KarenSDR. made it! (author)2017-11-26

Thanks for the files! I've been wanting to do this since I read about it in a Martin Gardner book about 40 years ago, but I was daunted by the thought of drawing all the diagrams and the thought of all those matchboxes. Your site made me think of it again. I did some thinking about what else I could use besides matchboxes, and finally egg cartons occurred to me. I had to cut off the number labels to make your diagrams fit, but I just wrote the numbers in ink very small next to each diagram.

It didn't take long for it to start beating me. My problem is that haven't been systematic. I just kept playing games without keeping track of what I'd done already, so I don't know if some of the level 6 boxes ever come up. Anyway, it's been great fun.

NolaA2 made it! (author)2017-05-31

I don't have a good source for matchboxes in that quantity so I went to the craft store and got a bunch of tiny ziplock bags. I slipped the pictures inside with the beads.

mrsmerwin (author)2017-05-17

Ok, I just printed everything. I am curious about why there are numbers on each of the box covers (2, 4, or 6)

I would love to get my hands on that tic-tac-toe game. I have a few students that are fascinated by this whole idea. They want me to make it yesterday. For a group that complains about doing math, they do seem to love the challenges.

Erik973 (author)mrsmerwin2017-05-20

Hi! The numbers on the box covers are the move numbers, so you would make the move, and the machine makes the second move (labeled with a 2) and you would make the third move, and the machine will make the fourth move (labeled with a 4)

By the way, this is not tic-tac-toe, because tic-tac-toe would require many more boxes (304), but this is a mini-chess game, so it only requires 24 matchboxes.

PS: I think your students will like it!

mrsmerwin (author)Erik9732017-05-21

That is what I thought the numbers were. I just wanted to be sure. I almost have the 24 boxes done.

I am working on thematic tac toe moves separately. I think I have the first 3 machine drawn out--moves 2, 4, and 6. I spent last evening removing duplicates (rotations and reflections). I was hoping for a way to double check my work before I make it and screw it up. I guess I will just have to see if I end up with exactly 304. How certain are you that this is the exact number?

pavelanni (author)mrsmerwin2017-05-23

You can take a look at this article--it describes the tic-tac-toe machine in great detail: http://shorttermmemoryloss.com/menace/
Or just google 'tic tac toe matchbox machine' or 'menace'

mrsmerwin (author)pavelanni2017-05-24

I read the article. It was great. I understand a lot more now--even the name MENACE. I love the game GO but haven't played it in years. I will have to get it back out. It might be time to re-learn it. Thanks again for all the great new things to ponder.

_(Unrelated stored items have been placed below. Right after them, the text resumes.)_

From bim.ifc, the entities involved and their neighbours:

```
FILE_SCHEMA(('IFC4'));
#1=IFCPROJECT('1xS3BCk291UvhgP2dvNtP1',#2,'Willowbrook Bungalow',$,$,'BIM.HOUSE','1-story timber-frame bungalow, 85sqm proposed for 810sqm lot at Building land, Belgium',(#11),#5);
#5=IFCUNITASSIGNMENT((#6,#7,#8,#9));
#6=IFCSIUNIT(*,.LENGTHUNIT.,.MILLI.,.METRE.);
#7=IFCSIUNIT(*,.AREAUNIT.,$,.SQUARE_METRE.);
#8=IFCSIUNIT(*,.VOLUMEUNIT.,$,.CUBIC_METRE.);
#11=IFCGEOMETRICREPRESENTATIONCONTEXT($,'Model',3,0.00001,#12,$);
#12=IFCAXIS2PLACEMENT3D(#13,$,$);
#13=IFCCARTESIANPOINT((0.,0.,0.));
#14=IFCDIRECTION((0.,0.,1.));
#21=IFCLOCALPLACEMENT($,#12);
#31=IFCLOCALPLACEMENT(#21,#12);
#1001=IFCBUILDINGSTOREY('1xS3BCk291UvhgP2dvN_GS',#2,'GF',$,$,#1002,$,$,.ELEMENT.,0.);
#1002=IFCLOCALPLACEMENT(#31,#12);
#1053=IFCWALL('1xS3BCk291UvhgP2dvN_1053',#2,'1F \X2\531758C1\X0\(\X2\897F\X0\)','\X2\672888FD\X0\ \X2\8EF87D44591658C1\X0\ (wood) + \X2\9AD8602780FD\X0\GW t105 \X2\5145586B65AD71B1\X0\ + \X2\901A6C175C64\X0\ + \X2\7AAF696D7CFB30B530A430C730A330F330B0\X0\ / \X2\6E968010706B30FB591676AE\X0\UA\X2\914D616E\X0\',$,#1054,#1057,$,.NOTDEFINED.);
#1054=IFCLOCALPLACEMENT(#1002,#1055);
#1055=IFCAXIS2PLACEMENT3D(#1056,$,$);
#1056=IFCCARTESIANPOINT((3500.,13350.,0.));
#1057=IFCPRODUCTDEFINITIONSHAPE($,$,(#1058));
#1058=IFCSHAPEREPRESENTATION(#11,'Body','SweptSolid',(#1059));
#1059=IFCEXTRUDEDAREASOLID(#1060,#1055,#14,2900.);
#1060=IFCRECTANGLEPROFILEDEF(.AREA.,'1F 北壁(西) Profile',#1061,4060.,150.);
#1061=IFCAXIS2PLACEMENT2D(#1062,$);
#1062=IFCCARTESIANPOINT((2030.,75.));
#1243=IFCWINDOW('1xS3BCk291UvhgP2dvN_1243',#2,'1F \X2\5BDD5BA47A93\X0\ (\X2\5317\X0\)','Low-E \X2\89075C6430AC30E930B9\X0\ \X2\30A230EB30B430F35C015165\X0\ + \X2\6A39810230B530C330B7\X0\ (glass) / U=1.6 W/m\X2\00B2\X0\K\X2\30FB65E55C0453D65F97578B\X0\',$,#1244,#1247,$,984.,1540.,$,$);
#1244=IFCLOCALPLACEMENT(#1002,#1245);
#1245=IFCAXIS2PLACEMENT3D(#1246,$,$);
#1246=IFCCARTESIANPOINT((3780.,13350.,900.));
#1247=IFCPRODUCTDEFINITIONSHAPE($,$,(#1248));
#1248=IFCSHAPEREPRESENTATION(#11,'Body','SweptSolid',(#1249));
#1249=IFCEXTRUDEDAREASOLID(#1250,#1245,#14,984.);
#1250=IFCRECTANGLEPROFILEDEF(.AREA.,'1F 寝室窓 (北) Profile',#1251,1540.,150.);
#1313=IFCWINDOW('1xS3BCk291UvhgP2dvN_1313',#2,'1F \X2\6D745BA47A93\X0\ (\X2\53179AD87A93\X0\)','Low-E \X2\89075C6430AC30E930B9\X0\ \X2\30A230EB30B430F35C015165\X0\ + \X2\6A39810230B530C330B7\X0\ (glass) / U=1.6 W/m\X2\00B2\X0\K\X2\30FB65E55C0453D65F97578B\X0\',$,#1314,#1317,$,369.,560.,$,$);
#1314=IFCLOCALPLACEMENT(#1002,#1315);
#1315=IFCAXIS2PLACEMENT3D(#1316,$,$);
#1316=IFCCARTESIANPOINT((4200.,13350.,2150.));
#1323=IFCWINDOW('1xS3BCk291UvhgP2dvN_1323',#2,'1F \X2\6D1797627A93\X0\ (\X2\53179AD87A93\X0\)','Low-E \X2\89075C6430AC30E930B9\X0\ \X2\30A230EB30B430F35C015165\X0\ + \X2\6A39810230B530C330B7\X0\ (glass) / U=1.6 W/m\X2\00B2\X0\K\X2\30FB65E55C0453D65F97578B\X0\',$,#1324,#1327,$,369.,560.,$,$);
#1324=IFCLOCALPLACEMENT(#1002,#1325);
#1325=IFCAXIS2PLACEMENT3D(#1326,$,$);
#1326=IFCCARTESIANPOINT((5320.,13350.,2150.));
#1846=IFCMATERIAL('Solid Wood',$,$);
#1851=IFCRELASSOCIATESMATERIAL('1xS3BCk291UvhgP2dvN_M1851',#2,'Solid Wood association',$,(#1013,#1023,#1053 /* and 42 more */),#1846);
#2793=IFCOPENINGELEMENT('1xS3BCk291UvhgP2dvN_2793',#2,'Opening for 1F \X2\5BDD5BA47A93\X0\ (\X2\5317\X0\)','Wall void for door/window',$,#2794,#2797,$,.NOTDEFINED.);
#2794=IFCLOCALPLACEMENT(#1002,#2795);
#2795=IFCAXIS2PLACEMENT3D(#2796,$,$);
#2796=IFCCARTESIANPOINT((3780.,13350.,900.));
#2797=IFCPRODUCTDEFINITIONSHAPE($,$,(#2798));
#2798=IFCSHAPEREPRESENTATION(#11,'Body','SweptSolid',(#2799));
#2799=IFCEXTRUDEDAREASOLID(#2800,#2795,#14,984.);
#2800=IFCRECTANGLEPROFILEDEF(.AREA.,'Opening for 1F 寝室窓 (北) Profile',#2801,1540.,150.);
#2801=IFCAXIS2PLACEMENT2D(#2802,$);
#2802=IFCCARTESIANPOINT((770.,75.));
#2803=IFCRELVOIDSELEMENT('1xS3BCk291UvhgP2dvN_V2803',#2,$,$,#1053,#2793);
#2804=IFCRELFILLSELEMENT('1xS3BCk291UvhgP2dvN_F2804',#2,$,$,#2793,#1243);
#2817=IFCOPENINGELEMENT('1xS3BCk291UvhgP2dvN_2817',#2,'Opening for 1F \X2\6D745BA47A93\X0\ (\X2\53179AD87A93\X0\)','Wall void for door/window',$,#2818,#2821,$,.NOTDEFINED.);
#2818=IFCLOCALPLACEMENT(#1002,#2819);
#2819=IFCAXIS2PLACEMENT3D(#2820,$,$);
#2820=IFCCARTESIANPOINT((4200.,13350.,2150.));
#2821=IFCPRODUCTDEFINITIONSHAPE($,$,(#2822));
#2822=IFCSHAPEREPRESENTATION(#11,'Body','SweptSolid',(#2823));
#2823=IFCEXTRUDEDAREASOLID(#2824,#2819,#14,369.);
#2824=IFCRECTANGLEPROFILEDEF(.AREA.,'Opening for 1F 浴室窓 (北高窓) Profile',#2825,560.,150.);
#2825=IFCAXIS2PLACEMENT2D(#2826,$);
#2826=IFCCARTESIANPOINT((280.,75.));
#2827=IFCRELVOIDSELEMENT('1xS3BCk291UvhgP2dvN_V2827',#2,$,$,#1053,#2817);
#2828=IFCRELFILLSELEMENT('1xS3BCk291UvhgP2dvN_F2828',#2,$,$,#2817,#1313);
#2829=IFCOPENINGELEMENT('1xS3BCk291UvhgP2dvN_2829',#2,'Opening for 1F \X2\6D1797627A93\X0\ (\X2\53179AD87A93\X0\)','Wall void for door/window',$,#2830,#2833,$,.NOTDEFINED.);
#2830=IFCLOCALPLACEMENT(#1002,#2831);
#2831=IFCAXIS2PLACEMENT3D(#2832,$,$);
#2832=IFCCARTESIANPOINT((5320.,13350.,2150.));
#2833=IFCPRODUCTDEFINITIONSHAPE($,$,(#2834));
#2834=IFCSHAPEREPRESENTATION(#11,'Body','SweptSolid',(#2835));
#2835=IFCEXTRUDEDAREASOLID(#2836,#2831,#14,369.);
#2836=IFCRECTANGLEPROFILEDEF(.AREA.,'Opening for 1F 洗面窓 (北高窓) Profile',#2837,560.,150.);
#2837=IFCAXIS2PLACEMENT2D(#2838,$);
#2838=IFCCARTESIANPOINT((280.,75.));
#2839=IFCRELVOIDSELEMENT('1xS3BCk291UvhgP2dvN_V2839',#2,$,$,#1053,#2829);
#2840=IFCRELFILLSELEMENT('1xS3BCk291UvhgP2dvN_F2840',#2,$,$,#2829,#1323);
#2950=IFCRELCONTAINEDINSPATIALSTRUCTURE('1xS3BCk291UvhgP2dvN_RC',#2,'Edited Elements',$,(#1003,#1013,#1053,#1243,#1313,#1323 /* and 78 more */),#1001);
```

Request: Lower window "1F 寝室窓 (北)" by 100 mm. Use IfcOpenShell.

```python
import numpy as np
import ifcopenshell
import ifcopenshell.api.geometry
import ifcopenshell.util.placement
import ifcopenshell.util.unit

model = ifcopenshell.open("bim.ifc")
unit_scale = ifcopenshell.util.unit.calculate_unit_scale(model)

window = model.by_guid("1xS3BCk291UvhgP2dvN_1243")
opening = window.FillsVoids[0].RelatingOpeningElement
dz = -0.1 / unit_scale

shift = np.array([0.0, 0.0, dz])
# The window is not placed relative to its opening, so move both.
for product in (opening, window):
    matrix = ifcopenshell.util.placement.get_local_placement(product.ObjectPlacement)
    matrix[:3, 3] += shift
    ifcopenshell.api.geometry.edit_object_placement(model, product=product, matrix=matrix, is_si=False)

print(f"moved by {dz * unit_scale:+.3f} m")

model.write("bim-out.ifc")
```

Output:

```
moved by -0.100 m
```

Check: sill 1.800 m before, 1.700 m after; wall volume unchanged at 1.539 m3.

mrsmerwin (author)pavelanni2017-05-23

I tried Google without much success. Thanks for the link.

Granzeier (author)2017-05-15

Donald Michie, a British mathematician wrote about this type (matchbox) learning and it was published in the early 1960s. The great Mathematical Games author from Scientific American, Martin Gardner, wrote about it in 1962 (

http://cs.williams.edu/~freund/cs136-073/GardnerHexapawn.pdf.) He then went on to describe this Hexapawn game. You did a great job of describing this and making an old game into something modern readers may enjoy.

pavelanni (author)Granzeier2017-05-15

Thanks for you kind words! Yes, that's precisely the article we (Erik and me, his dad) used as a guidance to build the machine. I found descriptions of other similar machines, e.g. to play tic-tac-toe, but that one requires 304 matchboxes! Next time... :-)

ThirdEarthDesign (author)2017-05-14

Very interesting, I've not seen this before. Thanks for sharing!

mrsmerwin (author)2017-05-14

I hate chess--takes too long, is slow, and hard to find a partner to play with--at least one that I want to spend that much time with. This looks like fun. I may have some suitable matchbox substitutes in my basement. Thanks for the project and the game to add to my collection.

DIY Hacks and How Tos (author)2017-05-13

Interesting. I have never seen a mini chess set like this before. I am going to have to try it.